Accetto di spostarmi di cassa, ma qualcosa non deve aver funzionato perché, uscendo dal supermercato, scatta l’allarme di chi prova a trafugare merce senza pagare e vengo avvicinato da un gigante africano che mi controlla minuziosamente l’intero carrello e lo scontrino, prima di dirsi dispiaciuto e augurarmi una buona serata.
Quando arrivo a casa è tardissimo, sono sfinito, ma a ridurmi così non è stato solo il caldo umido che ieri opprimeva Genova.
Ma visto che la giornata non è ancora terminata, c’è un ultimo episodio che la dice lunga circa i tempi che stiamo vivendo, o meglio, dei tempi che ci stanno facendo vivere. Eccovi la chiusa di ieri, martedì 1° luglio 2025: alle 20e30 un collega mi chiede via whatsapp se anche dalle mie parti siamo senza corrente da quasi un’ora. Me lo domanda perché abita in una delegazione genovese confinante la mia. Gli rispondo di no, che da me la corrente c’è. Il collega mi scrive che un suo vicino di casa sta strillando da quasi un’ora perché rimasto chiuso dentro l’ascensore, e non sarà l’unico a subire questa sorte in tutta la regione, visto che stamattina l’edizione online del quotidiano locale più venduto, Il Secolo XIX, titolava così la prima pagina: “Emergenza caldo, la Liguria fa i conti con i blackout. E gli ascensori diventano trappole”.

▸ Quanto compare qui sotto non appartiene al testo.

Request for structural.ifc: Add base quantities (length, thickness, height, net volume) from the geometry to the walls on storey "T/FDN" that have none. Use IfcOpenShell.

First a look at what the model holds.

```python
import ifcopenshell
import ifcopenshell.util.element
import ifcopenshell.util.unit

model = ifcopenshell.open("structural.ifc")
print(model.schema)
for unit_type in ("LENGTHUNIT", "AREAUNIT", "VOLUMEUNIT"):
    print(unit_type, ifcopenshell.util.unit.calculate_unit_scale(model, unit_type))
storey = next(s for s in model.by_type("IfcBuildingStorey") if s.Name == "T/FDN")
walls = [e for e in ifcopenshell.util.element.get_decomposition(storey) if e.is_a("IfcWall")]
for e in sorted(walls, key=lambda e: e.id()):
    print(e.id(), e.is_a(), e.Name, list(ifcopenshell.util.element.get_psets(e, qtos_only=True)), sep=" | ")
```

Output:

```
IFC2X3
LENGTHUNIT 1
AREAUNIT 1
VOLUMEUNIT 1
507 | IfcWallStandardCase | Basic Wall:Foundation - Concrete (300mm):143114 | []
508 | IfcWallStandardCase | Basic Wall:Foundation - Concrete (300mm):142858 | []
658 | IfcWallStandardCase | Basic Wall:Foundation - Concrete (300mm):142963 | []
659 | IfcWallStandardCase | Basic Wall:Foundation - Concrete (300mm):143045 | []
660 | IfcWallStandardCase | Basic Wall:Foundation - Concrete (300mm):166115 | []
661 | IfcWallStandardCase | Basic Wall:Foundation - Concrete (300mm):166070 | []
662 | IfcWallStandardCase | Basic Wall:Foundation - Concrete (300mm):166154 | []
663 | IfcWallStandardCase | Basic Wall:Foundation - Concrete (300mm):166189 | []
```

```python
import ifcopenshell
import ifcopenshell.api.pset
import ifcopenshell.geom
import ifcopenshell.util.element
import ifcopenshell.util.shape
import ifcopenshell.util.unit

model = ifcopenshell.open("structural.ifc")
unit_scale = ifcopenshell.util.unit.calculate_unit_scale(model)
volume_scale = ifcopenshell.util.unit.calculate_unit_scale(model, "VOLUMEUNIT")
settings = ifcopenshell.geom.settings()

storey = next(s for s in model.by_type("IfcBuildingStorey") if s.Name == "T/FDN")
walls = [e for e in ifcopenshell.util.element.get_decomposition(storey) if e.is_a("IfcWall")]

for e in sorted(walls, key=lambda e: e.id()):
    if ifcopenshell.util.element.get_psets(e, qtos_only=True, should_inherit=False):
        continue
    # Geometry comes back in metres, in the element's own axes.
    shape = ifcopenshell.geom.create_shape(settings, e)
    values = {
        "Length": ifcopenshell.util.shape.get_x(shape.geometry) / unit_scale,
        "Width": ifcopenshell.util.shape.get_y(shape.geometry) / unit_scale,
        "Height": ifcopenshell.util.shape.get_z(shape.geometry) / unit_scale,
        "NetVolume": ifcopenshell.util.shape.get_volume(shape.geometry) / volume_scale,
    }
    qto = ifcopenshell.api.pset.add_qto(model, product=e, name="BaseQuantities")
    ifcopenshell.api.pset.edit_qto(model, qto=qto, properties=values)
    print(e.id(), {k: round(v, 3) for k, v in values.items()})

model.write("structural_updated.ifc")
```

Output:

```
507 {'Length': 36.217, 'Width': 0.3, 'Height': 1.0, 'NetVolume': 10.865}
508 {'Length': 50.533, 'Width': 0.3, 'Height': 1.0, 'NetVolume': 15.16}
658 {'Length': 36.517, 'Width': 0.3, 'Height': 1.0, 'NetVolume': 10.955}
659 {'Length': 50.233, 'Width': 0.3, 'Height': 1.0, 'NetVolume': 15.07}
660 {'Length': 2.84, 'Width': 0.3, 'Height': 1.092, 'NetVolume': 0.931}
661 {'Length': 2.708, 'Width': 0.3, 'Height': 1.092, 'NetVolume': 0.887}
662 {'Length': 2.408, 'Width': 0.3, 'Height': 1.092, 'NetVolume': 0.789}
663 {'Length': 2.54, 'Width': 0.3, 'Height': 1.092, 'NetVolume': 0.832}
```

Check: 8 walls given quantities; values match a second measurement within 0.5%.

Non credo tutti voi conosciate il significato di “just in time”, ma se andaste su Wikipedia trovereste scritto più o meno questo: just-in-time è un’espressione inglese che significa “appena in tempo”, è una filosofia industriale che ha invertito il “vecchio metodo” di produrre prodotti finiti per il magazzino in attesa di essere venduti, detto logica “push”, passando alla logica “pull” secondo cui occorre produrre solo ciò che è stato già venduto o che si prevede di vendere in tempi brevi; in pratica, la logica che regnava una volta era quella del “make to stock” che aveva costi sicuramente alti ma i prodotti li trovavi sempre disponibili, ora invece comanda il “make to order” che ha costi decisamente più bassi ma sono infiniti i disguidi e i ritardi sull’intero processo, e il “make to order” non è praticabile senza il “just in time”, appunto.

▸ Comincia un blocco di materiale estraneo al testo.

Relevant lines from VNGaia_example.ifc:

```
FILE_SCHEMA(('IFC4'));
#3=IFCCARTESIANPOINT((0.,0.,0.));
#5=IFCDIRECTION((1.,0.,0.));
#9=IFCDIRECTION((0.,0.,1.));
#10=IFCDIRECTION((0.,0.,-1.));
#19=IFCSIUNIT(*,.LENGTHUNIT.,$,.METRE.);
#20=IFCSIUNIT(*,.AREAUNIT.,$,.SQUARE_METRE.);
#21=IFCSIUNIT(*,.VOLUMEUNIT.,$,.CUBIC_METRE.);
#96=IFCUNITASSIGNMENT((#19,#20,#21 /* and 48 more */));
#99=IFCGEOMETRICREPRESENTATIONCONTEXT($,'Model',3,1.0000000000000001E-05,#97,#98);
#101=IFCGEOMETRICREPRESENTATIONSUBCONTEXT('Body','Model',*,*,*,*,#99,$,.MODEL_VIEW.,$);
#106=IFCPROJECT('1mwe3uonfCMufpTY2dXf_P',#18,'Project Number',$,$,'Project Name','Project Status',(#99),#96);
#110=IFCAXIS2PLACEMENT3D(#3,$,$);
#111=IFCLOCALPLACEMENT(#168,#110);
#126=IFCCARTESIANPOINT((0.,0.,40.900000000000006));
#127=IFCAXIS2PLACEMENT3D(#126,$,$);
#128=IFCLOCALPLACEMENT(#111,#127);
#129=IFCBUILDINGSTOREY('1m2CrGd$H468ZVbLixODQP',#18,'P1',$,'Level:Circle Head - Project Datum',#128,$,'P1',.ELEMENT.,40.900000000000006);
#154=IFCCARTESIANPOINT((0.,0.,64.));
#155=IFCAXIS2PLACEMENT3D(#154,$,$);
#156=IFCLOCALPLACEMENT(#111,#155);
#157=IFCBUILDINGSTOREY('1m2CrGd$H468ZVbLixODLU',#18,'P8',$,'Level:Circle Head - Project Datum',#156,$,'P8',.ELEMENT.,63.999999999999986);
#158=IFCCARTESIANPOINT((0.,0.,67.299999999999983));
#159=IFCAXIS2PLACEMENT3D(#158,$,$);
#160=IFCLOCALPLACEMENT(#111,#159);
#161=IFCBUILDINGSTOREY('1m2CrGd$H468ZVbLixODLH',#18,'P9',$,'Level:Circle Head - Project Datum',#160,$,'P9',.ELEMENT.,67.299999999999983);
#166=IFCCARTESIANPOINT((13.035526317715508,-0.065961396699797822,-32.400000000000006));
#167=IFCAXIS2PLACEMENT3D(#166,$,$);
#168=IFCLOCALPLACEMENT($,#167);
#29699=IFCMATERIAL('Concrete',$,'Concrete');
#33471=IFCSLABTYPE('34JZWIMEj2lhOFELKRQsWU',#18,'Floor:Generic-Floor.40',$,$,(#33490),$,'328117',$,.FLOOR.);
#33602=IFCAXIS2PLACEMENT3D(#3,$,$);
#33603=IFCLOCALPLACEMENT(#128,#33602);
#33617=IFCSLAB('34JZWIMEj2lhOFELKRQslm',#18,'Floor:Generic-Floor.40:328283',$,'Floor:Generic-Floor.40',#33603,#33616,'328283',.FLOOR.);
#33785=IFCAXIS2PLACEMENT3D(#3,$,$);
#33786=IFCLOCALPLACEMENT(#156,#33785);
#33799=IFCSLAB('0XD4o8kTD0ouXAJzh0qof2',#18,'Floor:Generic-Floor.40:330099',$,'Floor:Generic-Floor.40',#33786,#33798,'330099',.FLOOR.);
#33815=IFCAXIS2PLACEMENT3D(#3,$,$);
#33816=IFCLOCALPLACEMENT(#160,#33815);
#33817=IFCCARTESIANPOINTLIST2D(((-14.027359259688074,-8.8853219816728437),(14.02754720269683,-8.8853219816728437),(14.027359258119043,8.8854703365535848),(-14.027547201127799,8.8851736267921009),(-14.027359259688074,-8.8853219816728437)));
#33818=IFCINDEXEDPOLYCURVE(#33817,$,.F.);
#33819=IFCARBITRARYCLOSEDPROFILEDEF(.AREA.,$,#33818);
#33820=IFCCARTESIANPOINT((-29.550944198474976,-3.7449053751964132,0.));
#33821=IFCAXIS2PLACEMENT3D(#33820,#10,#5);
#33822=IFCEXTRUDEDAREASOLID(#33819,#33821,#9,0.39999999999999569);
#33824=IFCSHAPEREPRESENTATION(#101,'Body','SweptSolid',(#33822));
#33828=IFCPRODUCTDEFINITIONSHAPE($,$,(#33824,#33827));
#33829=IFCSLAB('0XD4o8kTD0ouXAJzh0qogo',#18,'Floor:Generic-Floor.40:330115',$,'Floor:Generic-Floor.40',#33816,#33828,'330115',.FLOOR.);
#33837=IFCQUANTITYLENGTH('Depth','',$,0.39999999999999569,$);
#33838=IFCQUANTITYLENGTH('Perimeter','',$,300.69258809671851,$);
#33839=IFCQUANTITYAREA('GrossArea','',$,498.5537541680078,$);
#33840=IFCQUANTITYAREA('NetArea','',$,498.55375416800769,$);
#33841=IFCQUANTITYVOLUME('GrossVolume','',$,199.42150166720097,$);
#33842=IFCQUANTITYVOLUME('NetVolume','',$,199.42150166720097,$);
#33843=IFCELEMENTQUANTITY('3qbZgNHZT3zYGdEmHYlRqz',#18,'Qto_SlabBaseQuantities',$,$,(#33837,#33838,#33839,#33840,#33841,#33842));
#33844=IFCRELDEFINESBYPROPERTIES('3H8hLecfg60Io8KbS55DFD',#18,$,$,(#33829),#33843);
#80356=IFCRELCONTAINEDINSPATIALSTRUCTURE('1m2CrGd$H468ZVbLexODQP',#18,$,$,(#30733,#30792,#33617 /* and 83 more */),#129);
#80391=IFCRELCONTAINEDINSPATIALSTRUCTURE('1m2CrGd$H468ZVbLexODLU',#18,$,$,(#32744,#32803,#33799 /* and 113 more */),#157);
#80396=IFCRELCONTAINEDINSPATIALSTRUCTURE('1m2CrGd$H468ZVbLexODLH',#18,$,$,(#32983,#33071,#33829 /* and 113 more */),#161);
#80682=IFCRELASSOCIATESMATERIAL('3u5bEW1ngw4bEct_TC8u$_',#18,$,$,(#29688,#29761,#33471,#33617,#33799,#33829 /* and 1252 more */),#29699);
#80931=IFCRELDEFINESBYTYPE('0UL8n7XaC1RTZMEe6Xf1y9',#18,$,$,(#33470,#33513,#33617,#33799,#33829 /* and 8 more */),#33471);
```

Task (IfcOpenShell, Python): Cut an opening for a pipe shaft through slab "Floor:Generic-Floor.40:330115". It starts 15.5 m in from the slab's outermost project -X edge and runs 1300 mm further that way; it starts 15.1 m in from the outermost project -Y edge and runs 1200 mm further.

```python
import numpy as np
import ifcopenshell
import ifcopenshell.api.feature
import ifcopenshell.api.geometry
import ifcopenshell.api.pset
import ifcopenshell.api.root
import ifcopenshell.geom
import ifcopenshell.util.element
import ifcopenshell.util.placement
import ifcopenshell.util.representation
import ifcopenshell.util.shape
import ifcopenshell.util.unit

model = ifcopenshell.open("VNGaia_example.ifc")
unit_scale = ifcopenshell.util.unit.calculate_unit_scale(model)
area_scale = ifcopenshell.util.unit.calculate_unit_scale(model, "AREAUNIT")
volume_scale = ifcopenshell.util.unit.calculate_unit_scale(model, "VOLUMEUNIT")
settings = ifcopenshell.geom.settings()


def volume(element):
    """Net volume in cubic metres, openings subtracted."""
    shape = ifcopenshell.geom.create_shape(settings, element)
    return ifcopenshell.util.shape.get_volume(shape.geometry)


slab = model.by_guid("0XD4o8kTD0ouXAJzh0qogo")
before = volume(slab)

# Extent in the slab's own axes, in metres. The edges named are its -X and -Y sides.
slab_shape = ifcopenshell.geom.create_shape(settings, slab)
vertices = ifcopenshell.util.shape.get_vertices(slab_shape.geometry)
x_min, y_min, bottom = vertices.min(axis=0)
top = vertices[:, 2].max()

opening = ifcopenshell.api.root.create_entity(model, ifc_class="IfcOpeningElement", name="Pipe shaft opening", predefined_type="OPENING")
context = ifcopenshell.util.representation.get_context(model, "Model", "Body", "MODEL_VIEW")
width, depth = 1.3, 1.2
outline = [(0.0, 0.0), (width, 0.0), (width, depth), (0.0, depth), (0.0, 0.0)]
# Overshoot both faces by 50 mm so the cut is clean.
shape = ifcopenshell.api.geometry.add_slab_representation(
    model, context=context, depth=top - bottom + 0.1, polyline=outline
)
ifcopenshell.api.geometry.assign_representation(model, product=opening, representation=shape)

matrix = ifcopenshell.util.placement.get_local_placement(slab.ObjectPlacement)
matrix[:, 3] = matrix @ np.append(np.array([x_min + 15.5, y_min + 15.1, bottom - 0.05]) / unit_scale, 1.0)
ifcopenshell.api.geometry.edit_object_placement(model, product=opening, matrix=matrix, is_si=False)
ifcopenshell.api.feature.add_feature(model, feature=opening, element=slab)

after = volume(slab)

# Update the slab's stored quantities.
qto = model.by_id(ifcopenshell.util.element.get_pset(slab, "Qto_SlabBaseQuantities", should_inherit=False)["id"])
ifcopenshell.api.pset.edit_qto(model, qto=qto, properties={
    "NetArea": after / (top - bottom) / area_scale,
    "NetVolume": after / volume_scale,
})

print(f"slab volume {before:.3f} -> {after:.3f} m3")

model.write("VNGaia_example_rev.ifc")
```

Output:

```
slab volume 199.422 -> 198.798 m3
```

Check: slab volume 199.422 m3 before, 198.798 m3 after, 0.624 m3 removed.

Non voglio annoiarvi oltre, è che io lavoro nel settore della logistica e vi assicuro che perché il “just in time” funzioni, occorre che a gestire l’intero processo ci siano così tanti lavoratori preparati e qualificati che, con la superficialità che regna al giorno d’oggi nel mondo del lavoro in Italia, non potrà mai funzionare – anche per via delle nostre infrastrutture che non sono di certo quelle del Giappone.

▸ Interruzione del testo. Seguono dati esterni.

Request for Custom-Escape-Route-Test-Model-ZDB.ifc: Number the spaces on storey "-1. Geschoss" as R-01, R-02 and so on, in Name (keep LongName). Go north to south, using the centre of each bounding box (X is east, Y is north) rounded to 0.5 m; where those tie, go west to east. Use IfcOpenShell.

First a look at what the model holds.

```python
import ifcopenshell
import ifcopenshell.util.element
import ifcopenshell.util.placement

model = ifcopenshell.open("Custom-Escape-Route-Test-Model-ZDB.ifc")
print(model.schema)
storey = next(s for s in model.by_type("IfcBuildingStorey") if s.Name == "-1. Geschoss")
spaces = [e for e in ifcopenshell.util.element.get_decomposition(storey) if e.is_a("IfcSpace")]
for e in sorted(spaces, key=lambda e: e.id()):
    origin = ifcopenshell.util.placement.get_local_placement(e.ObjectPlacement)[:3, 3]
    print(e.id(), e.Name, e.LongName, origin.round(2) + 0.0, sep=" | ")
```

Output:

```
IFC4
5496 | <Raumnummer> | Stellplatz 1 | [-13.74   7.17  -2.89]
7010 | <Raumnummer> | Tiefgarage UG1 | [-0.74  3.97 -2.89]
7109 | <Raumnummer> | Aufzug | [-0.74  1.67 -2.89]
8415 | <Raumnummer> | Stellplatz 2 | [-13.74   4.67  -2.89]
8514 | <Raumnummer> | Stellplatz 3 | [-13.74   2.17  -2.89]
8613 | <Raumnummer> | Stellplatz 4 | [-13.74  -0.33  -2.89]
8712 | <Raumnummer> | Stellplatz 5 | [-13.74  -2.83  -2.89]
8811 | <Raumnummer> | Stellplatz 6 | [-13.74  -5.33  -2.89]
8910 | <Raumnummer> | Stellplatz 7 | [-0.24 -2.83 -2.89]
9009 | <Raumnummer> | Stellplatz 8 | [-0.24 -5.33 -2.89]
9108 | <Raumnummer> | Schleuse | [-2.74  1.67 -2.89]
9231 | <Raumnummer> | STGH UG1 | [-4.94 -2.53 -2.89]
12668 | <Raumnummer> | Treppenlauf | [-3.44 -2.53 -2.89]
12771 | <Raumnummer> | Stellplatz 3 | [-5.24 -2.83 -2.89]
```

```python
import ifcopenshell
import ifcopenshell.geom
import ifcopenshell.util.element
import ifcopenshell.util.shape

model = ifcopenshell.open("Custom-Escape-Route-Test-Model-ZDB.ifc")
settings = ifcopenshell.geom.settings()
settings.set("use-world-coords", True)


def centre(element):
    shape = ifcopenshell.geom.create_shape(settings, element)
    return ifcopenshell.util.shape.get_bbox_centroid(shape.geometry)


storey = next(s for s in model.by_type("IfcBuildingStorey") if s.Name == "-1. Geschoss")
spaces = [e for e in ifcopenshell.util.element.get_decomposition(storey) if e.is_a("IfcSpace")]

# Insertion points can sit at a corner or the storey origin, so sort by the geometry (in metres).
centres = {e: centre(e) for e in spaces}
spaces.sort(key=lambda e: (-round(centres[e][1] / 0.5), centres[e][0]))

for i, e in enumerate(spaces, start=1):
    number = f"R-{i:02d}"
    e.Name = number
    print(e.id(), number)

model.write("Custom-Escape-Route-Test-Model-ZDB_v2.ifc")
```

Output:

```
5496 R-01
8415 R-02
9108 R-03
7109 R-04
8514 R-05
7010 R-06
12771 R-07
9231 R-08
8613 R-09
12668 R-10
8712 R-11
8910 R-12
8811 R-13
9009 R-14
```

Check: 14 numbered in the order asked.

La logistica è un settore che è molto di più che il semplice trasporto di merci da un luogo a un altro tramite mezzi; è un sistema complesso che coinvolge pianificazione, gestione delle scorte di magazzino, coordinamento con fornitori e clienti, e analisi dei dati per ottimizzare l’intera catena di approvvigionamento, ossia l’intera rete di processi e attività coinvolti nella produzione e distribuzione di un prodotto o di un servizio, dall’approvvigionamento delle materie prime fino alla consegna al cliente finale. La logistica è un insieme di attività che mirano a garantire l’efficienza, la puntualità e la riduzione dei costi in tutte le fasi, dall’approvvigionamento alla distribuzione.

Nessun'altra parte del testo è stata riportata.